• What to do:
Collect every line in the records below that contains the word "Unnamed".

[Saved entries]
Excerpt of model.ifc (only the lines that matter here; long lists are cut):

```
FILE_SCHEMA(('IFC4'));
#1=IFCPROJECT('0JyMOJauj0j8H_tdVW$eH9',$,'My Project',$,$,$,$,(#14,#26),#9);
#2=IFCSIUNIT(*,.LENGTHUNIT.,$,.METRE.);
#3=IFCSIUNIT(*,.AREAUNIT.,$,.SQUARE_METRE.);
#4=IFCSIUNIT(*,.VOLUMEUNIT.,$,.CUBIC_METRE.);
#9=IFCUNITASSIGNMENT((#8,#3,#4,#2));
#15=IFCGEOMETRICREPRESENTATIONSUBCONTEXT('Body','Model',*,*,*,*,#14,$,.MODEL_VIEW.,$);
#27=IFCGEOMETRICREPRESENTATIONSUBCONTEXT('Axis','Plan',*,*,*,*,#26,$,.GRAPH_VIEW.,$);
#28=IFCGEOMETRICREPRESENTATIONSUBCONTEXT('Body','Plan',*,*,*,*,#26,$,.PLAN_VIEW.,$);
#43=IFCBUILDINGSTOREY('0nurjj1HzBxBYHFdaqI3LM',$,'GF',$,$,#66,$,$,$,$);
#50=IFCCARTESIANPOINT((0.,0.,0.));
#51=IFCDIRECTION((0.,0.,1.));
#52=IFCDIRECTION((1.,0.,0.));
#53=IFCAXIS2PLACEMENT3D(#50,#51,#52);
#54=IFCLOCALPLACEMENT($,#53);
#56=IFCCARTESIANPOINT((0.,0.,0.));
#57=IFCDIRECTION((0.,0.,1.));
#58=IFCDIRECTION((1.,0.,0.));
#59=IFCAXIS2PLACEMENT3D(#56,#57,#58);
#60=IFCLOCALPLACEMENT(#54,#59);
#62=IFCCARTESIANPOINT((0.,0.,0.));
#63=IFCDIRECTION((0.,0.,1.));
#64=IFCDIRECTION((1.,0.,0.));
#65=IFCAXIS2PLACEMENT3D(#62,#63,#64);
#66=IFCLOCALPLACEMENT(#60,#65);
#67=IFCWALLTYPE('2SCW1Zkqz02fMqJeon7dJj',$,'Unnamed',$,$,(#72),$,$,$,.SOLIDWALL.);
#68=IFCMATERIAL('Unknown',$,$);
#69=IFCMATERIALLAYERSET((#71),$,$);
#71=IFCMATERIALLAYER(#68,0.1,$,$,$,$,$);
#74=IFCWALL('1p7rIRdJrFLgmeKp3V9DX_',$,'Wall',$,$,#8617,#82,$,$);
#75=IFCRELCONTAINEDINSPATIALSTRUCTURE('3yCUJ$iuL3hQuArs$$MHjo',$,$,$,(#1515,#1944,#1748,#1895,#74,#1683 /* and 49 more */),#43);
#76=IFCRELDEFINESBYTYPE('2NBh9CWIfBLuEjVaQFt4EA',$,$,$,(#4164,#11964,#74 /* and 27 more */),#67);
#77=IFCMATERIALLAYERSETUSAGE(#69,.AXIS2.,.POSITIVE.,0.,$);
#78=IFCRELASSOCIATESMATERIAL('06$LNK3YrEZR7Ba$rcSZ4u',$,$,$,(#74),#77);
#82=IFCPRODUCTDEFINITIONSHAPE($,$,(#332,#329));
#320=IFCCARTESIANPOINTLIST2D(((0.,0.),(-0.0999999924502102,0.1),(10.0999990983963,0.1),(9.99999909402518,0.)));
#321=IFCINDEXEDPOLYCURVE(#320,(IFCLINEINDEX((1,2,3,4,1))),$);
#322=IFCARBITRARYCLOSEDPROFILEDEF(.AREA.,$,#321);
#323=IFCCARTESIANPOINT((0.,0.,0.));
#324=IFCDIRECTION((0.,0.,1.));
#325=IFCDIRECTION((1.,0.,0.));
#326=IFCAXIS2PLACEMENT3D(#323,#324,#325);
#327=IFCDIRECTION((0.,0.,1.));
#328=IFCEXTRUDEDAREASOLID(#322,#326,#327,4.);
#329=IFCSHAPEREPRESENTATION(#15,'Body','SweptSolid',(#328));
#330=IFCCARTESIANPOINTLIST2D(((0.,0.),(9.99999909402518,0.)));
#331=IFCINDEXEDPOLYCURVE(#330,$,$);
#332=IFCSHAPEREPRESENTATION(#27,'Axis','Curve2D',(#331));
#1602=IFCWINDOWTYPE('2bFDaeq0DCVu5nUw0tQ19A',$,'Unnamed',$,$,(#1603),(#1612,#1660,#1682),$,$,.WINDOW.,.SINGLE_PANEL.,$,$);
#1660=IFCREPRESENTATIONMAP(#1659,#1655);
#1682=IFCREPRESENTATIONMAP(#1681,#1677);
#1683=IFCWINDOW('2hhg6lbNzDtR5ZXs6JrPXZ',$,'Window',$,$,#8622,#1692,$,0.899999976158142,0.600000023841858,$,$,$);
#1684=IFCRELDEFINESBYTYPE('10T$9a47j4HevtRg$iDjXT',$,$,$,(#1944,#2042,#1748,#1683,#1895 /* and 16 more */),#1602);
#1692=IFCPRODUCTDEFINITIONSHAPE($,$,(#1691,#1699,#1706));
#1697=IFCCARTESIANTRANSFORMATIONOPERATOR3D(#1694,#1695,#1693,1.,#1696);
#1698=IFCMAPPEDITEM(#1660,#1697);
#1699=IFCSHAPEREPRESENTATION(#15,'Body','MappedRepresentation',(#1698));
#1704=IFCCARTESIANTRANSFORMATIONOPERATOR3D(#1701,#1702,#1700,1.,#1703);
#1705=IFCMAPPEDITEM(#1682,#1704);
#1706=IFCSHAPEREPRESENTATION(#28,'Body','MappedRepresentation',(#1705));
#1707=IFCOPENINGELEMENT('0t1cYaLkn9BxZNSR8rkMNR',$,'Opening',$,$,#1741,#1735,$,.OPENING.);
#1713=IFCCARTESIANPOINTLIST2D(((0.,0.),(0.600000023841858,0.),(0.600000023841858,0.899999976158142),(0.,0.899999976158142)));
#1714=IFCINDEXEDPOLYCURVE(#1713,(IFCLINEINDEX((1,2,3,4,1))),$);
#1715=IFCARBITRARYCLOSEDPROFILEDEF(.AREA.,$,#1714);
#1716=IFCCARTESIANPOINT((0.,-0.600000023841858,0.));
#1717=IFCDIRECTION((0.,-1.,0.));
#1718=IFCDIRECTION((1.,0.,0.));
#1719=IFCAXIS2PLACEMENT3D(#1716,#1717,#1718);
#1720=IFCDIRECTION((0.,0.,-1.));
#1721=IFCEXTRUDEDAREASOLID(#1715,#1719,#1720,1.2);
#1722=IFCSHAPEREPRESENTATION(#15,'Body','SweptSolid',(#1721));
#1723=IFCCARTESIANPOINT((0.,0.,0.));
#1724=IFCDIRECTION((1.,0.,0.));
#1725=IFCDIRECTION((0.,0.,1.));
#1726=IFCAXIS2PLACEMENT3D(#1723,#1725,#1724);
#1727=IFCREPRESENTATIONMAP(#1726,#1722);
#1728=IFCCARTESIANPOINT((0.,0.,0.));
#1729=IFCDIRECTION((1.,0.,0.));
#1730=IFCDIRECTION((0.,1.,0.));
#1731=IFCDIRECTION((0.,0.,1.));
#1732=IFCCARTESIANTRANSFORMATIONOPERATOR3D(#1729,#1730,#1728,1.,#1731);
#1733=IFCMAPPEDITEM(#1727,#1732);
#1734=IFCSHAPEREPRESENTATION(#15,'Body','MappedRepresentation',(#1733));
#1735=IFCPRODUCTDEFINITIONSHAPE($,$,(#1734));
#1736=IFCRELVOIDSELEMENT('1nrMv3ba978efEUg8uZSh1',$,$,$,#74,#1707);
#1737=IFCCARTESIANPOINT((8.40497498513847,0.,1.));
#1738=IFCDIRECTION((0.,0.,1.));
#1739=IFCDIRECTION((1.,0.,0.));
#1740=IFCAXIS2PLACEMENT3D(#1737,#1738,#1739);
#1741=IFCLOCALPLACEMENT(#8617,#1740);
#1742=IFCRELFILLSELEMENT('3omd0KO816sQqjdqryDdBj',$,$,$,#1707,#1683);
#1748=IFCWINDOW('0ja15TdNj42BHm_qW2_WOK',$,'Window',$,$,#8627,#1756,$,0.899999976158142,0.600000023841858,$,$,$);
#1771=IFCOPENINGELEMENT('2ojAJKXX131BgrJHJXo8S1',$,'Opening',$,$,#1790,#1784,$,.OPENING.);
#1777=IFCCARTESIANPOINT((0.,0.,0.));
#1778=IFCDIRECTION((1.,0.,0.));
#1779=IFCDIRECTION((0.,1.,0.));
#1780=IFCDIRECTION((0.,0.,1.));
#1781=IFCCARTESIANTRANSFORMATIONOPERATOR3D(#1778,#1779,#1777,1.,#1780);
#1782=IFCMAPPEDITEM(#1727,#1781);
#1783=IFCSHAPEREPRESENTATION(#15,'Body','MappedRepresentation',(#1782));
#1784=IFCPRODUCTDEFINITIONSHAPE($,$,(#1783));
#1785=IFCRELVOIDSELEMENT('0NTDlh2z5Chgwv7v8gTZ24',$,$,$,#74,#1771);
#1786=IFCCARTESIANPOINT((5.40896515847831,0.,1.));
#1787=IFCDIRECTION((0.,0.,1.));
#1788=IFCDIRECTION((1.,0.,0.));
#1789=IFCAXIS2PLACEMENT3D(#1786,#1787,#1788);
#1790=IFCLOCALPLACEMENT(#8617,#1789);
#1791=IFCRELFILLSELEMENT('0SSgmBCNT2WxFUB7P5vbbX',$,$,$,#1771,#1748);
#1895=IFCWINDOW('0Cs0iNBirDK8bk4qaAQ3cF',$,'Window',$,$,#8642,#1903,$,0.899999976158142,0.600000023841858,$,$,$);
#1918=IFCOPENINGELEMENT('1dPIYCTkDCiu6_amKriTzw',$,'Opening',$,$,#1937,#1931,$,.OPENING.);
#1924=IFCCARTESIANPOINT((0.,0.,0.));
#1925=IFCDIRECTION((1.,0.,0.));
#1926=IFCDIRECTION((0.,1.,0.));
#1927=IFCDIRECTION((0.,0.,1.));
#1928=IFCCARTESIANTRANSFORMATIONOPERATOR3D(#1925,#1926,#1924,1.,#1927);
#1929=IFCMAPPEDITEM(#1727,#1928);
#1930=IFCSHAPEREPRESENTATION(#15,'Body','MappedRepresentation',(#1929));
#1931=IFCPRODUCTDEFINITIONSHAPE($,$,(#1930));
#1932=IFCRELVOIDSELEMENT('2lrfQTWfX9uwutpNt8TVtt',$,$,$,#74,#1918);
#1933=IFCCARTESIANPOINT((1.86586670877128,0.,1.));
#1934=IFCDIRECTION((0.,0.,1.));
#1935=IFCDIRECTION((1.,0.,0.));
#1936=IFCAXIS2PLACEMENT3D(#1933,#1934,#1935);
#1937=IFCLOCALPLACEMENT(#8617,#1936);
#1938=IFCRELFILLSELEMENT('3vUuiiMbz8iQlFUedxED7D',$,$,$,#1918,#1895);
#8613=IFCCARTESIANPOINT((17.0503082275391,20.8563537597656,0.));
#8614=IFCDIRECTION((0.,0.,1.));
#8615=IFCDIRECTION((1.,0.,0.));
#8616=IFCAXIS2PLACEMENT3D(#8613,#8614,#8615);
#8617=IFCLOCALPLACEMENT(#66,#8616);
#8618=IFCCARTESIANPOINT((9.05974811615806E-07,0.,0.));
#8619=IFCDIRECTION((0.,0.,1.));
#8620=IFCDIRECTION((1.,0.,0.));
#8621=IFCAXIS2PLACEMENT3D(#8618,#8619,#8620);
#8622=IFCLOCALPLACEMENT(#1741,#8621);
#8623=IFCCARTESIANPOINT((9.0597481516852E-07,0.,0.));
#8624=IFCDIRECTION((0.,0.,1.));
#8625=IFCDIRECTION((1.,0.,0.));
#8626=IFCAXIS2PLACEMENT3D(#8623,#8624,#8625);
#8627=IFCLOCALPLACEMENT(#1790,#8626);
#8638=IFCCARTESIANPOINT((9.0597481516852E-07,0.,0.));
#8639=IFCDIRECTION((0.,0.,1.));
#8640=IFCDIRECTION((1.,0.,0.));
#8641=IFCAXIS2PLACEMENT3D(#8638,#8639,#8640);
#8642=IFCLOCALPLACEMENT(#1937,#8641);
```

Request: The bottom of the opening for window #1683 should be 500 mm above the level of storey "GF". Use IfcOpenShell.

```python
import numpy as np
import ifcopenshell
import ifcopenshell.api.geometry
import ifcopenshell.geom
import ifcopenshell.util.element
import ifcopenshell.util.placement
import ifcopenshell.util.shape
import ifcopenshell.util.unit

model = ifcopenshell.open("model.ifc")
unit_scale = ifcopenshell.util.unit.calculate_unit_scale(model)

window = model.by_guid("2hhg6lbNzDtR5ZXs6JrPXZ")
opening = window.FillsVoids[0].RelatingOpeningElement
storey = ifcopenshell.util.element.get_container(window, ifc_class="IfcBuildingStorey")
level = ifcopenshell.util.placement.get_local_placement(storey.ObjectPlacement)[2, 3]

# The opening's origin need not be at the sill, so measure its lowest point.
shape = ifcopenshell.geom.create_shape(ifcopenshell.geom.settings(), opening)
bottom = ifcopenshell.util.shape.get_shape_bottom_elevation(shape, shape.geometry) / unit_scale
dz = level + 0.5 / unit_scale - bottom

shift = np.array([0.0, 0.0, dz])
# The window is placed relative to its opening, so it follows when the opening moves.
matrix = ifcopenshell.util.placement.get_local_placement(opening.ObjectPlacement)
matrix[:3, 3] += shift
ifcopenshell.api.geometry.edit_object_placement(
    model, product=opening, matrix=matrix, is_si=False, should_transform_children=True
)

print(f"moved by {dz * unit_scale:+.3f} m")

model.write("model_v2.ifc")
```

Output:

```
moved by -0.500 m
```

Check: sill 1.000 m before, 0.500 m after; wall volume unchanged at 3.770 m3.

• Answer to the exercise:
#67=IFCWALLTYPE('2SCW1Zkqz02fMqJeon7dJj',$,'Unnamed',$,$,(#72),$,$,$,.SOLIDWALL.);
#1602=IFCWINDOWTYPE('2bFDaeq0DCVu5nUw0tQ19A',$,'Unnamed',$,$,(#1603),(#1612,#1660,#1682),$,$,.WINDOW.,.SINGLE_PANEL.,$,$);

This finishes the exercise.